Segment Start: Task data
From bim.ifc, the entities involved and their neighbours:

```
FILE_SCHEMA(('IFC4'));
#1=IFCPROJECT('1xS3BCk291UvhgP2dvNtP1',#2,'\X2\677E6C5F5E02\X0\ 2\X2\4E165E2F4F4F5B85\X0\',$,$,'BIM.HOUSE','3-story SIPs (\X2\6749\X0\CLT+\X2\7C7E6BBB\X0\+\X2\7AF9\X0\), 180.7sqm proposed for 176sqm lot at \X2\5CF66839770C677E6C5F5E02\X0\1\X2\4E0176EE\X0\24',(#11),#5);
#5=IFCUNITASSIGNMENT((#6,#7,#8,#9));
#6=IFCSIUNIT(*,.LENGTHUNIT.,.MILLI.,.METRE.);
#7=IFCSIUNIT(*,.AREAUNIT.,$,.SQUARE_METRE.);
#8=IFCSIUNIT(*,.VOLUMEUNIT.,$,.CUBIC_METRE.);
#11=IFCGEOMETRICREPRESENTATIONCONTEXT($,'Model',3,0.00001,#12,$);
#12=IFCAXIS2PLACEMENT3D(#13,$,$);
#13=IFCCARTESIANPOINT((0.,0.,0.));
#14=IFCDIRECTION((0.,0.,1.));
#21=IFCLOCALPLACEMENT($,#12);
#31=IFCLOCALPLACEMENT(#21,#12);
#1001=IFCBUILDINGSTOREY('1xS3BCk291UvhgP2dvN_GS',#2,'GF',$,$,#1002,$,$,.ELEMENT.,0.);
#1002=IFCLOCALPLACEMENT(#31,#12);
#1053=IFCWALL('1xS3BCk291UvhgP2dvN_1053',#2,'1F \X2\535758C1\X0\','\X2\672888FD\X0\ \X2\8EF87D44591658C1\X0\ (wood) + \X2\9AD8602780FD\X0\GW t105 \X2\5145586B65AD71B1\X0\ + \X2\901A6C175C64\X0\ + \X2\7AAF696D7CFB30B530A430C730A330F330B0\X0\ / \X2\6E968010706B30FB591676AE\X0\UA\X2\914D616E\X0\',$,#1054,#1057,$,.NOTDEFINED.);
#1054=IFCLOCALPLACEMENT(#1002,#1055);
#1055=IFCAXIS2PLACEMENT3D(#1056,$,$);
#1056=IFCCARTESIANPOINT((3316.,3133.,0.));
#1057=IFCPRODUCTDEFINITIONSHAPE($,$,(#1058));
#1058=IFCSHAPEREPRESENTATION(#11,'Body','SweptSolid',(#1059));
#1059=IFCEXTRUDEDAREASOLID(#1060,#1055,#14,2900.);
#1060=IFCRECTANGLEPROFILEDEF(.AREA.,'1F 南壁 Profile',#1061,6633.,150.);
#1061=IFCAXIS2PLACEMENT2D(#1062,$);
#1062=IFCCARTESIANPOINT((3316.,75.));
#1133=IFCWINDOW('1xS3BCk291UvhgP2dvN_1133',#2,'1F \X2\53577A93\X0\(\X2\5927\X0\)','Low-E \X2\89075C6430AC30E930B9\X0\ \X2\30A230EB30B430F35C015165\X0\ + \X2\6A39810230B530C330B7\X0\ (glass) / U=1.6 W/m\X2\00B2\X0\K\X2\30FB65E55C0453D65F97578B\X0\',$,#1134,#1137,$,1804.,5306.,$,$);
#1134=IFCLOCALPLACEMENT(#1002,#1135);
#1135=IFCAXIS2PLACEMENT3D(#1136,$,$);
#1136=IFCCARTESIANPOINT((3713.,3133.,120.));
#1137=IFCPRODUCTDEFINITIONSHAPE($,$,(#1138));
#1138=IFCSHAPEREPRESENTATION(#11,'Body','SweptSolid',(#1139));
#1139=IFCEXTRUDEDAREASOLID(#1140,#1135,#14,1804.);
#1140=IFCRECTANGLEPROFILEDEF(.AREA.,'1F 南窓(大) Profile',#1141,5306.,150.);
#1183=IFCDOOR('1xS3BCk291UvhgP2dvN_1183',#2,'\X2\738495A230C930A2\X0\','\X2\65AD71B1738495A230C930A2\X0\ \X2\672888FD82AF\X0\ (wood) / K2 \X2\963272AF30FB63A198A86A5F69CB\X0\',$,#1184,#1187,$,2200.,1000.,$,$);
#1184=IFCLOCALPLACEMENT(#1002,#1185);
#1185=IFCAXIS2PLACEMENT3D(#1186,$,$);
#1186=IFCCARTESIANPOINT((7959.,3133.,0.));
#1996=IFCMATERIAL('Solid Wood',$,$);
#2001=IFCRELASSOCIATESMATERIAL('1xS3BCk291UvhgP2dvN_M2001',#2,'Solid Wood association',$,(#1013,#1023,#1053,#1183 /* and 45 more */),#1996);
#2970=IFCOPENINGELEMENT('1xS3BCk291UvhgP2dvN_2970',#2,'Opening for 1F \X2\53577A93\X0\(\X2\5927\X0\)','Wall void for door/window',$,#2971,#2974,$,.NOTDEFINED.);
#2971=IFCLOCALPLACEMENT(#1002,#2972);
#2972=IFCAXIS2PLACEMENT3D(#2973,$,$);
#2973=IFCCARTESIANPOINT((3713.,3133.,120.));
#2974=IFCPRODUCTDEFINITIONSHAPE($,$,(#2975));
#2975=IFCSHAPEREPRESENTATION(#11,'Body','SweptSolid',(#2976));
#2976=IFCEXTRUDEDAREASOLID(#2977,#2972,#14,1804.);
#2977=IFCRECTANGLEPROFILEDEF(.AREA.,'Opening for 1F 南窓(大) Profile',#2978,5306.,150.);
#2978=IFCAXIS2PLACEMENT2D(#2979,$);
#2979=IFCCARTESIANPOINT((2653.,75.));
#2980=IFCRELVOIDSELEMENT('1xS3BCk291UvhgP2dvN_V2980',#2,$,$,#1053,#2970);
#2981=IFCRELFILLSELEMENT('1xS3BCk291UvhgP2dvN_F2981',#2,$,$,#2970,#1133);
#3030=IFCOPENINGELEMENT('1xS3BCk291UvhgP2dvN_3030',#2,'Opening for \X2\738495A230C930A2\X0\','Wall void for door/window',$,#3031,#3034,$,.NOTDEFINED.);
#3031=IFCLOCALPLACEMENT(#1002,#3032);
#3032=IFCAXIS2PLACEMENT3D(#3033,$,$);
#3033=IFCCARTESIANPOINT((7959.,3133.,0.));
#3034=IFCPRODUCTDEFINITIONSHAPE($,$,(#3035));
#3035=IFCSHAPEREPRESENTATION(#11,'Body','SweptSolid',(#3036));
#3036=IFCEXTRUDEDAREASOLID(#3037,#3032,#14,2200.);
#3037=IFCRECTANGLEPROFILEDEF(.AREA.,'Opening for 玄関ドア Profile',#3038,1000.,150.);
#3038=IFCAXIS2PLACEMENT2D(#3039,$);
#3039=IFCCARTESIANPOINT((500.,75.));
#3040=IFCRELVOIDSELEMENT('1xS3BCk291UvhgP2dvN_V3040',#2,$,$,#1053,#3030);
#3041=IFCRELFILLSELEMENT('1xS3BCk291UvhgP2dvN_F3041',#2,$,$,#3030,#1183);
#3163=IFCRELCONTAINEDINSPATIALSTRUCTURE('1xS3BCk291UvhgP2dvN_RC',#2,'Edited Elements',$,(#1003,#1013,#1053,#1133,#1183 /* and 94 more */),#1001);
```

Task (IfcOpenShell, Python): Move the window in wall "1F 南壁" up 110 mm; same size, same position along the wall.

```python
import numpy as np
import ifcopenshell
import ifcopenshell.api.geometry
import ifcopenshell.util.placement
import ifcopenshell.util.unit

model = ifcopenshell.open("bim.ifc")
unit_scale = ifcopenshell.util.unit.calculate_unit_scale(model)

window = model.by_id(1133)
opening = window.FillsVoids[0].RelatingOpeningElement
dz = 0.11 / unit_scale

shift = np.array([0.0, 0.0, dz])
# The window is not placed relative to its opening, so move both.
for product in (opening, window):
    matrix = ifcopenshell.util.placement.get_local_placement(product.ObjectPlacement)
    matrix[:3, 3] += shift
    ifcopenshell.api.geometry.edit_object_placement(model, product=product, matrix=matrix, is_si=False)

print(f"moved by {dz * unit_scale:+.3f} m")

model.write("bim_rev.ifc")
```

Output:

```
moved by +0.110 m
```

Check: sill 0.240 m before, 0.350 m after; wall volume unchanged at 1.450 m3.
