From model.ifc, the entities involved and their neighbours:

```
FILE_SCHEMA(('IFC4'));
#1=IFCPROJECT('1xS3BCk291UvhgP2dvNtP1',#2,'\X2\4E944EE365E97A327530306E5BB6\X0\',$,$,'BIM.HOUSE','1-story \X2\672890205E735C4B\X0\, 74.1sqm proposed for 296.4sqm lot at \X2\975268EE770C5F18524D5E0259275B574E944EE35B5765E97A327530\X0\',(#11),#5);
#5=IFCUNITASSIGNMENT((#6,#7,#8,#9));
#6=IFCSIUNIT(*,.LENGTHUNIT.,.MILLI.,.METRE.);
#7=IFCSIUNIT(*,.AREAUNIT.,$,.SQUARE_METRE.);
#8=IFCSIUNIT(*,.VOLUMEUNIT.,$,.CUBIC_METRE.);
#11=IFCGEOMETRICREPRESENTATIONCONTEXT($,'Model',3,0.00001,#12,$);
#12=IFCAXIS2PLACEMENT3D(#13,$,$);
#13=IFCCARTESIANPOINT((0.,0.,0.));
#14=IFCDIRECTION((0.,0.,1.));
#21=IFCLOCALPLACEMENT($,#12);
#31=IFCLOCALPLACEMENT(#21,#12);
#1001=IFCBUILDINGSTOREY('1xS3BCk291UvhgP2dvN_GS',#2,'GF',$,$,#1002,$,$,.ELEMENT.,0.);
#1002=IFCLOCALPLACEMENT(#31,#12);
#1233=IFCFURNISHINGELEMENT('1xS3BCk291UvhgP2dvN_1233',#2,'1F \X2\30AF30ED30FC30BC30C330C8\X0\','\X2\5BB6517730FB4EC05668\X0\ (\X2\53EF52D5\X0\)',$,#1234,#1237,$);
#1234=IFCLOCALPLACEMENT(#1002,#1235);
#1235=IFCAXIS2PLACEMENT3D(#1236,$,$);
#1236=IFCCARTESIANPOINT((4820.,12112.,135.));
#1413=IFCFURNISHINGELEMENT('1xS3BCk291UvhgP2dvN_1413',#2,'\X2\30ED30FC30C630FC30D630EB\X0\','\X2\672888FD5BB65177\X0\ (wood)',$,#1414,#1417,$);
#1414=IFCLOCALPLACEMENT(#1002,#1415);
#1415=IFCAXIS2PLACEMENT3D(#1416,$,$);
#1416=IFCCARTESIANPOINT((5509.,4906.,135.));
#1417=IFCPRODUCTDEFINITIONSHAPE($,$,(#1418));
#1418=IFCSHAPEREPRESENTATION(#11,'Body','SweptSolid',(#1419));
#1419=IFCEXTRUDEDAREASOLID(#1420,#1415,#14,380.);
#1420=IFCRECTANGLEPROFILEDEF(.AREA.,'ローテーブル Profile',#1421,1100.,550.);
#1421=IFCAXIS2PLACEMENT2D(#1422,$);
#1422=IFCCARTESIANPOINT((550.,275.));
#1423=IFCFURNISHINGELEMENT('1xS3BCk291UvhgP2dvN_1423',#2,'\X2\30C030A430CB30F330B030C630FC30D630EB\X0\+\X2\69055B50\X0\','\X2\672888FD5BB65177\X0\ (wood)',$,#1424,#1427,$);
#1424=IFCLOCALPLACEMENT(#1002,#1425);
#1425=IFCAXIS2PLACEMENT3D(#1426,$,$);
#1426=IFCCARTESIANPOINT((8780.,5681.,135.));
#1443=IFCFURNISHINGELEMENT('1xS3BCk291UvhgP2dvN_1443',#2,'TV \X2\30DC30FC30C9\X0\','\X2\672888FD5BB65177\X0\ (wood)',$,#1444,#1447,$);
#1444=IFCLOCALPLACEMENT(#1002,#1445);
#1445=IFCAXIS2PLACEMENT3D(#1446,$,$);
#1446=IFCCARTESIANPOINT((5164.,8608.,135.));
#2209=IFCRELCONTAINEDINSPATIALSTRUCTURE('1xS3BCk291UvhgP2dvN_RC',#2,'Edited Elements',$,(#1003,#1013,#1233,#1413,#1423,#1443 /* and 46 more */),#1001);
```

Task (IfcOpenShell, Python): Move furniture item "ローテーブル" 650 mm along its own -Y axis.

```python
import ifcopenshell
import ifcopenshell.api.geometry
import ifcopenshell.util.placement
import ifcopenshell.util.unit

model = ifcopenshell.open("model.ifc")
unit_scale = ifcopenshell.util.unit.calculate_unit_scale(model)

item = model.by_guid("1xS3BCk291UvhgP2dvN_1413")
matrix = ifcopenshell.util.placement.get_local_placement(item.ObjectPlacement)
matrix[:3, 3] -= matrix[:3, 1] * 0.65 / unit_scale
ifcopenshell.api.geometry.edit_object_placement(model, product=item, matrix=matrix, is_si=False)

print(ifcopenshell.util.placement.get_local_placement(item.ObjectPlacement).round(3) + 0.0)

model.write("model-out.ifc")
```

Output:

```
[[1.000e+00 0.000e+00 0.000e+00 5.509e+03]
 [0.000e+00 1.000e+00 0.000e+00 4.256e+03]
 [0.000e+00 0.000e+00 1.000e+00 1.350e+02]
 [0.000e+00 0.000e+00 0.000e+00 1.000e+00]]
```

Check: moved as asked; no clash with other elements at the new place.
Segment End: Task data
Segment Start: Task data
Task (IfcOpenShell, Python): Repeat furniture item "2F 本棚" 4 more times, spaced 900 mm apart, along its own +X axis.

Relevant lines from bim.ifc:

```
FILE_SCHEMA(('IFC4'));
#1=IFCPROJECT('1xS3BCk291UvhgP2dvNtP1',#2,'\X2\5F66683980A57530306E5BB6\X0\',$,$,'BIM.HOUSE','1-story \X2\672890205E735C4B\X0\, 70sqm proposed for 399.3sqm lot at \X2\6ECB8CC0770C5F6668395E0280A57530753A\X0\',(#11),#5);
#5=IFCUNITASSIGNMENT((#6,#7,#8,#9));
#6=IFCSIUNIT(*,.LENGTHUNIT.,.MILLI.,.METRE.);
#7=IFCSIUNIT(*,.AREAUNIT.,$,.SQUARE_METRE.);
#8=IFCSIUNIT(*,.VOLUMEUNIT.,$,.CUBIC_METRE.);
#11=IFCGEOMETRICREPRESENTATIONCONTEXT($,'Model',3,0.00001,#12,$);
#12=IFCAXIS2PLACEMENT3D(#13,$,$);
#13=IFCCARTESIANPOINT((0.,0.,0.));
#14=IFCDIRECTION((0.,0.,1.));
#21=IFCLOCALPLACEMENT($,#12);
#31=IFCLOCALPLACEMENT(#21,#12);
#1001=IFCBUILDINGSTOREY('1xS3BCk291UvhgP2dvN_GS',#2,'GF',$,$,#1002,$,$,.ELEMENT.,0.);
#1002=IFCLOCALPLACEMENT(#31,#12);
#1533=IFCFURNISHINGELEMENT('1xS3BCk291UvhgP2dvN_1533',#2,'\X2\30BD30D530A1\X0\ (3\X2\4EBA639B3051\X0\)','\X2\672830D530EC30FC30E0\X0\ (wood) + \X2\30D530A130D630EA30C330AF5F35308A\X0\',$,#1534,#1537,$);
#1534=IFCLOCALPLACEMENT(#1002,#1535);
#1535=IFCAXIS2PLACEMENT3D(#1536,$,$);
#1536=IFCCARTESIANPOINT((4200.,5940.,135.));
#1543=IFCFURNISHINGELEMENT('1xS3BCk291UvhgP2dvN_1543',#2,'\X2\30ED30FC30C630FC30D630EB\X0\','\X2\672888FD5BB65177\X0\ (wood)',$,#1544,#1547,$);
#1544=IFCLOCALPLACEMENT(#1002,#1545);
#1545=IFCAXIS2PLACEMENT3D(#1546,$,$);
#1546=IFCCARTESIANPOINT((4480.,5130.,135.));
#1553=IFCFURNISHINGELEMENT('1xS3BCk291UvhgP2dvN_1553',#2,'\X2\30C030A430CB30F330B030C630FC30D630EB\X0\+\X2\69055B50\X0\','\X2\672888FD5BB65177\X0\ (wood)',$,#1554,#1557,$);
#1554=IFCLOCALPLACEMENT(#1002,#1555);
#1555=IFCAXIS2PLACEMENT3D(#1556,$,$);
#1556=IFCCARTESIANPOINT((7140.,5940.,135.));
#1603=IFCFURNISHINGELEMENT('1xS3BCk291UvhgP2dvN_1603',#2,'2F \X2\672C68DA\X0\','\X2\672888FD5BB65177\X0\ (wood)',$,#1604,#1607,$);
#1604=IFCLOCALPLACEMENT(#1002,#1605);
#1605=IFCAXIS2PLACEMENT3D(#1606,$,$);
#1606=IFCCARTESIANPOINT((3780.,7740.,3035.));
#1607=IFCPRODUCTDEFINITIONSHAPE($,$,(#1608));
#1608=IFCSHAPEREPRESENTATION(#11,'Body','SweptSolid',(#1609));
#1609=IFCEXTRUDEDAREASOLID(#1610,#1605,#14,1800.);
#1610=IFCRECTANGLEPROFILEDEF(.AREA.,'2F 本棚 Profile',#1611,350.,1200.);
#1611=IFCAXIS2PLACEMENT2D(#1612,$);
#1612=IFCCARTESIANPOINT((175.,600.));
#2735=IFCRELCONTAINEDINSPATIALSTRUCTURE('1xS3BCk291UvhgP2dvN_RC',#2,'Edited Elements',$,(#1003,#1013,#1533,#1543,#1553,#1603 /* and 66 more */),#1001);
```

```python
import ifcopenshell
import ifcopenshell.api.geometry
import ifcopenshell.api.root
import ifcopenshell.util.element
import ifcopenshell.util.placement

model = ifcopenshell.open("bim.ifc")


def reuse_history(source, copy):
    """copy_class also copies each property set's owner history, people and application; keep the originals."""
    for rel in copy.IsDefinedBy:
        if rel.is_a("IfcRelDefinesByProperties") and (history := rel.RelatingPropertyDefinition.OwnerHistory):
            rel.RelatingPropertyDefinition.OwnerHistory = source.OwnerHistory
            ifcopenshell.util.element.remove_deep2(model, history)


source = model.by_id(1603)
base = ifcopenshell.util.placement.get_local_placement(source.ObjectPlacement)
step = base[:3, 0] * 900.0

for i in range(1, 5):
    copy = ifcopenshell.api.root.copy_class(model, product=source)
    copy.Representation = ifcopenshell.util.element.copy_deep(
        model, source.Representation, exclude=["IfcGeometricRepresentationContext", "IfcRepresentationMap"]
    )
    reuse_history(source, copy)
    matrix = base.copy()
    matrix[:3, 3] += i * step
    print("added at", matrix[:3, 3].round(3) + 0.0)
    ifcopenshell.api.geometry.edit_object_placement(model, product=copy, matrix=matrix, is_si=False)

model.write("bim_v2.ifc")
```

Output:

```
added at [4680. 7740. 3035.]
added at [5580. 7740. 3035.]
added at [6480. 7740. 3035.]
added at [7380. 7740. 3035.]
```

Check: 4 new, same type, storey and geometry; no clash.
Segment End: Task data
Exercise brief:
Reproduce each line from the records that contains the word "entities".

Solution to this problem:
From bim.ifc, the entities involved and their neighbours:
From model.ifc, the entities involved and their neighbours:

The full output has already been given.